On s’est fait alpaguer par la sortie de “Kong” le nouveau clip / morceau de Neneh Cherry, produit par Four Tet et 3D de Massive Attack, et réalisé par Jenn Nkiru. Ce morceau est d’une beauté revendicatrice et il ne faut surtout pas passer à côté de son clip. On y voit en premier plan Neneh Cherry nue avec des taches blanches, comme pour évoquer les cicatrices de l’oppression des blancs sur les noirs, les marques indélébiles laissées par l’histoire. La revendication ethnique est évidente dans ce clip, les paroles sont une critique ouverte à la crise migratoire en Europe :

“Every nation seeks it’s friends in France & Italy / And all across the seven seas / And goddam guns and guts and bitter love still put a hole in me”

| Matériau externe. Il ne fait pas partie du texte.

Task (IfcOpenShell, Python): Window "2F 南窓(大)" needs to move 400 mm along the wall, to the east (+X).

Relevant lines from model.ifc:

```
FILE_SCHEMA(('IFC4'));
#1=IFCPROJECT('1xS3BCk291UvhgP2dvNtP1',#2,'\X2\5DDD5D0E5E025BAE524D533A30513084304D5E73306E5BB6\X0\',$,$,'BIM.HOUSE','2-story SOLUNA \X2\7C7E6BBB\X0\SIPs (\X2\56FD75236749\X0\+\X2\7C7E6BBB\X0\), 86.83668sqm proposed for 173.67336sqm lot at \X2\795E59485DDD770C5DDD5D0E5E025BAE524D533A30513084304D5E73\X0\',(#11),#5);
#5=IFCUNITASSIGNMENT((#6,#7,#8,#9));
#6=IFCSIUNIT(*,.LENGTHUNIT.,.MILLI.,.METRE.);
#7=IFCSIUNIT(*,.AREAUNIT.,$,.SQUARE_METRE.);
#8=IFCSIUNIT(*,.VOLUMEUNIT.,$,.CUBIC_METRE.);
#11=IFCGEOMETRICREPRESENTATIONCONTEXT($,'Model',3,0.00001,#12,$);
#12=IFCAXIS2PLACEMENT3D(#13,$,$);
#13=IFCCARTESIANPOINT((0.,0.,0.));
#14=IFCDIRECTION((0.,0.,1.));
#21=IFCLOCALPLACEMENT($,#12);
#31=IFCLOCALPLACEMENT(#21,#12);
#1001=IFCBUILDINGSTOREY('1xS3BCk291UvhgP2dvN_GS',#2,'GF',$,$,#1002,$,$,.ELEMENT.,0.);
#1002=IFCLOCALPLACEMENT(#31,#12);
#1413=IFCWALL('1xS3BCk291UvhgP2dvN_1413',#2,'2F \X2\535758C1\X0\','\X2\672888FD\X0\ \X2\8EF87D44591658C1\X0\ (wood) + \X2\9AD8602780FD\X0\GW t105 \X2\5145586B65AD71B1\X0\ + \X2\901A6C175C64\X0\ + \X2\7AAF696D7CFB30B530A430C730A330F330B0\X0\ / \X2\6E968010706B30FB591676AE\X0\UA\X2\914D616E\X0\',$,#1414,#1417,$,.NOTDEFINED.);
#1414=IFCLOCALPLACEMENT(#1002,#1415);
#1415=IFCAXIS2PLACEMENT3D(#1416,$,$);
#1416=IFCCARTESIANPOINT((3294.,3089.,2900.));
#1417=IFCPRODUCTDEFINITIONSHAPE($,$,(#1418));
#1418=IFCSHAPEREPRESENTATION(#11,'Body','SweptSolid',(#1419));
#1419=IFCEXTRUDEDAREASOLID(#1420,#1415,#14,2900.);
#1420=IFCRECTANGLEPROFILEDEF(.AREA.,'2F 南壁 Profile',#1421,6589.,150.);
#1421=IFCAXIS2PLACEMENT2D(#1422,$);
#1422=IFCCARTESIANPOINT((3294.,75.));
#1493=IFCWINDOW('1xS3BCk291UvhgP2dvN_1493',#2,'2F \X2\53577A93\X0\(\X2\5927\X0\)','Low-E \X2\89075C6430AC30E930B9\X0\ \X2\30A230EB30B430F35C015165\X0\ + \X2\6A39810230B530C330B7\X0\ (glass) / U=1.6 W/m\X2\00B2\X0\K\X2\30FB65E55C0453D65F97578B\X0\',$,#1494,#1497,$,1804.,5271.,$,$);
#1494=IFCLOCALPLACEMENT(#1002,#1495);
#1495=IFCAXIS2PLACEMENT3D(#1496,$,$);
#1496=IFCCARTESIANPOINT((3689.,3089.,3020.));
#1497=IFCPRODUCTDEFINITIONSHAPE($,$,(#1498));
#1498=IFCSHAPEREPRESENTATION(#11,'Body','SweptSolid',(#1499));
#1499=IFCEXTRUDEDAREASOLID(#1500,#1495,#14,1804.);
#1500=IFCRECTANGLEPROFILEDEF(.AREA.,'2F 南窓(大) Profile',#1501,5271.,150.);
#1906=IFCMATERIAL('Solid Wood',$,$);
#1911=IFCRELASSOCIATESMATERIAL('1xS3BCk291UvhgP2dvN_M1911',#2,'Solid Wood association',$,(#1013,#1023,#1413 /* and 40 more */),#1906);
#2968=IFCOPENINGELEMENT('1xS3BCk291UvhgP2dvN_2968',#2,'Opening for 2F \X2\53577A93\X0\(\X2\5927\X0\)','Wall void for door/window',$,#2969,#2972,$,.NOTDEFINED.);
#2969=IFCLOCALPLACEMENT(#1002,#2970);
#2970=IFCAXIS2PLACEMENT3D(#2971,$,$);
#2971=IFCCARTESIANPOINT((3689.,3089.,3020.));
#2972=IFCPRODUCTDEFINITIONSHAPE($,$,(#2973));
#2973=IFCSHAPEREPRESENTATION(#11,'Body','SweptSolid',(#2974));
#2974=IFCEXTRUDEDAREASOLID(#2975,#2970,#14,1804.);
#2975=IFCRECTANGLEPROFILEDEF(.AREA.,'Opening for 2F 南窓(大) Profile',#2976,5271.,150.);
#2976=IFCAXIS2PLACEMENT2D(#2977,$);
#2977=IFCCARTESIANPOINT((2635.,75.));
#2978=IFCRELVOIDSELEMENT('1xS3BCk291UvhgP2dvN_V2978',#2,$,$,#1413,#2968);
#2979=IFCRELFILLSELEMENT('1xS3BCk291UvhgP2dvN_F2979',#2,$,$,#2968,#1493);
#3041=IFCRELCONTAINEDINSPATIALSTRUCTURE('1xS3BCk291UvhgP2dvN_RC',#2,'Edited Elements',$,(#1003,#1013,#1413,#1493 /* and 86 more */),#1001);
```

```python
import ifcopenshell
import ifcopenshell.api.geometry
import ifcopenshell.util.placement
import ifcopenshell.util.unit

model = ifcopenshell.open("model.ifc")
unit_scale = ifcopenshell.util.unit.calculate_unit_scale(model)

window = model.by_guid("1xS3BCk291UvhgP2dvN_1493")
opening = window.FillsVoids[0].RelatingOpeningElement
wall = opening.VoidsElements[0].RelatingBuildingElement

wall_matrix = ifcopenshell.util.placement.get_local_placement(wall.ObjectPlacement)
shift = wall_matrix[:3, 0] * 0.4 / unit_scale
before = ifcopenshell.util.placement.get_local_placement(window.ObjectPlacement)[:3, 3].copy()

# The window is not placed relative to its opening, so move both.
for product in (opening, window):
    matrix = ifcopenshell.util.placement.get_local_placement(product.ObjectPlacement)
    matrix[:3, 3] += shift
    ifcopenshell.api.geometry.edit_object_placement(model, product=product, matrix=matrix, is_si=False)

after = ifcopenshell.util.placement.get_local_placement(window.ObjectPlacement)[:3, 3]
print("window moved by", (after - before).round(3) + 0.0)

model.write("model_rev.ifc")
```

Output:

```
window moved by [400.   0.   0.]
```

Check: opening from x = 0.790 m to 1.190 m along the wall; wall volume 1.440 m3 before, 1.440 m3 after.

Le vêtement comme symbolique

Quand on a su que Jenn était assistante de direction pour le fabuleux Apeshit de Jay-Z et Beyoncé, on a compris. Des plans tout aussi séquencés, théâtralisés, des oppositions de couleurs fortes, souvent noir et blanc. Un mouvement des corps au naturel, où l’habit n’est qu’un voile, une protection presque angélique des formes humaines. On peut aisément comparer le plan des escaliers avec les deux rangs de danseuses en body dégradés au Louvre avec le plan de Neneh Cherry en robe de nuit transparente et fluide.

Dans les deux clips, le vêtement est toujours soigné et luxurieux, c’est un outil pour passer des messages, que ce soit dans ses couleurs symboliques ou dans sa personnification. Ainsi les tenues de monarques de  Jay-Z et Beyoncé montrent la réussite du couple afro-américain ; la jupe batik dans le terrain vague montre la détresse des immigrés d’origine africaine. La réalisatrice Jenn Nkiru soigne chaque détail avec des références fortes de l’identité noire. On peut aussi voir sa maîtrise de la haute couture et de la mouvance des corps avec les vêtements dans son court-métrage En vogue réalisé il y quatre ans.

Pointer du doigt les discriminations raciales

Dans Apeshit, Jenn et l’équipe de direction font un gros focus sur la position des hommes noires dans les tableaux du Louvre : on les retrouve en arrière-plan, dans l’ombre, tenant une corde, versant de sang du Christ.. Le constat est plutôt consternant. Le dernier plan pour conclure le clip montre une femme noire au bandeau blanc au premier plan d’un tableau, comme une ouverture à l’intégration de la communauté.

Il semblerait que toute image que touche Jenn Nkiru se transforme en oeuvre d’art. Mis en image, son engagement pour les revendications de la communauté noire aux Etats-Unis et en Angleterre est à la fois subtil et évident. Elle mêle son histoire à celle du monde contemporain, utilise des artistes clés pour faire passer son message.